## Extracted data
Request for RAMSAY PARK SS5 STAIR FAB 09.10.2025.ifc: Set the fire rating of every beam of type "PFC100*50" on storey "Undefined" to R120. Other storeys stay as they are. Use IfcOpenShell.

First a look at what the model holds.

```python
import ifcopenshell
import ifcopenshell.util.element

model = ifcopenshell.open("RAMSAY PARK SS5 STAIR FAB 09.10.2025.ifc")
print(model.schema)
storey = next(s for s in model.by_type("IfcBuildingStorey") if s.Name == "Undefined")
beams = [e for e in ifcopenshell.util.element.get_decomposition(storey) if e.is_a("IfcBeam")]
seen = {}
for e in beams:
    element_type = ifcopenshell.util.element.get_type(e)
    key = (element_type.Name if element_type != e and element_type else None, ifcopenshell.util.element.get_pset(e, "Pset_BeamCommon", "FireRating"))
    seen[key] = seen.get(key, 0) + 1
for (name, value), count in sorted(seen.items(), key=str):
    print(count, "x", name, "|", value)
```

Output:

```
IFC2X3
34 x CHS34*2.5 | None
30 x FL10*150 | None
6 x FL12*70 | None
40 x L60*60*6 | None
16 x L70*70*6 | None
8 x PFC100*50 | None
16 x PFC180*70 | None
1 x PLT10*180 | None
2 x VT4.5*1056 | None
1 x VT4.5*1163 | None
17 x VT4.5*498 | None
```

```python
import ifcopenshell
import ifcopenshell.api.pset
import ifcopenshell.util.element

model = ifcopenshell.open("RAMSAY PARK SS5 STAIR FAB 09.10.2025.ifc")

storey = next(s for s in model.by_type("IfcBuildingStorey") if s.Name == "Undefined")
beams = [e for e in ifcopenshell.util.element.get_decomposition(storey) if e.is_a("IfcBeam")]

count = 0
for e in beams:
    element_type = ifcopenshell.util.element.get_type(e)
    if element_type in (None, e) or element_type.Name != "PFC100*50":
        continue
    found = ifcopenshell.util.element.get_pset(e, "Pset_BeamCommon", should_inherit=False)
    if found:
        pset = model.by_id(found["id"])
        if len(ifcopenshell.util.element.get_elements_by_pset(pset)) > 1:
            pset = ifcopenshell.api.pset.unshare_pset(model, products=[e], pset=pset)[0]
    else:
        pset = ifcopenshell.api.pset.add_pset(model, product=e, name="Pset_BeamCommon")
    ifcopenshell.api.pset.edit_pset(model, pset=pset, properties={"FireRating": "R120"})
    count += 1

print(count, "beams updated")

model.write("RAMSAY PARK SS5 STAIR FAB 09.10.2025_updated.ifc")
```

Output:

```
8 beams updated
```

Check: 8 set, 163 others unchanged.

## Exercise description
Repeat the data word for word, leaving out no line.

## Answer
Request for RAMSAY PARK SS5 STAIR FAB 09.10.2025.ifc: Set the fire rating of every beam of type "PFC100*50" on storey "Undefined" to R120. Other storeys stay as they are. Use IfcOpenShell.

First a look at what the model holds.

```python
import ifcopenshell
import ifcopenshell.util.element

model = ifcopenshell.open("RAMSAY PARK SS5 STAIR FAB 09.10.2025.ifc")
print(model.schema)
storey = next(s for s in model.by_type("IfcBuildingStorey") if s.Name == "Undefined")
beams = [e for e in ifcopenshell.util.element.get_decomposition(storey) if e.is_a("IfcBeam")]
seen = {}
for e in beams:
    element_type = ifcopenshell.util.element.get_type(e)
    key = (element_type.Name if element_type != e and element_type else None, ifcopenshell.util.element.get_pset(e, "Pset_BeamCommon", "FireRating"))
    seen[key] = seen.get(key, 0) + 1
for (name, value), count in sorted(seen.items(), key=str):
    print(count, "x", name, "|", value)
```

Output:

```
IFC2X3
34 x CHS34*2.5 | None
30 x FL10*150 | None
6 x FL12*70 | None
40 x L60*60*6 | None
16 x L70*70*6 | None
8 x PFC100*50 | None
16 x PFC180*70 | None
1 x PLT10*180 | None
2 x VT4.5*1056 | None
1 x VT4.5*1163 | None
17 x VT4.5*498 | None
```

```python
import ifcopenshell
import ifcopenshell.api.pset
import ifcopenshell.util.element

model = ifcopenshell.open("RAMSAY PARK SS5 STAIR FAB 09.10.2025.ifc")

storey = next(s for s in model.by_type("IfcBuildingStorey") if s.Name == "Undefined")
beams = [e for e in ifcopenshell.util.element.get_decomposition(storey) if e.is_a("IfcBeam")]

count = 0
for e in beams:
    element_type = ifcopenshell.util.element.get_type(e)
    if element_type in (None, e) or element_type.Name != "PFC100*50":
        continue
    found = ifcopenshell.util.element.get_pset(e, "Pset_BeamCommon", should_inherit=False)
    if found:
        pset = model.by_id(found["id"])
        if len(ifcopenshell.util.element.get_elements_by_pset(pset)) > 1:
            pset = ifcopenshell.api.pset.unshare_pset(model, products=[e], pset=pset)[0]
    else:
        pset = ifcopenshell.api.pset.add_pset(model, product=e, name="Pset_BeamCommon")
    ifcopenshell.api.pset.edit_pset(model, pset=pset, properties={"FireRating": "R120"})
    count += 1

print(count, "beams updated")

model.write("RAMSAY PARK SS5 STAIR FAB 09.10.2025_updated.ifc")
```

Output:

```
8 beams updated
```

Check: 8 set, 163 others unchanged.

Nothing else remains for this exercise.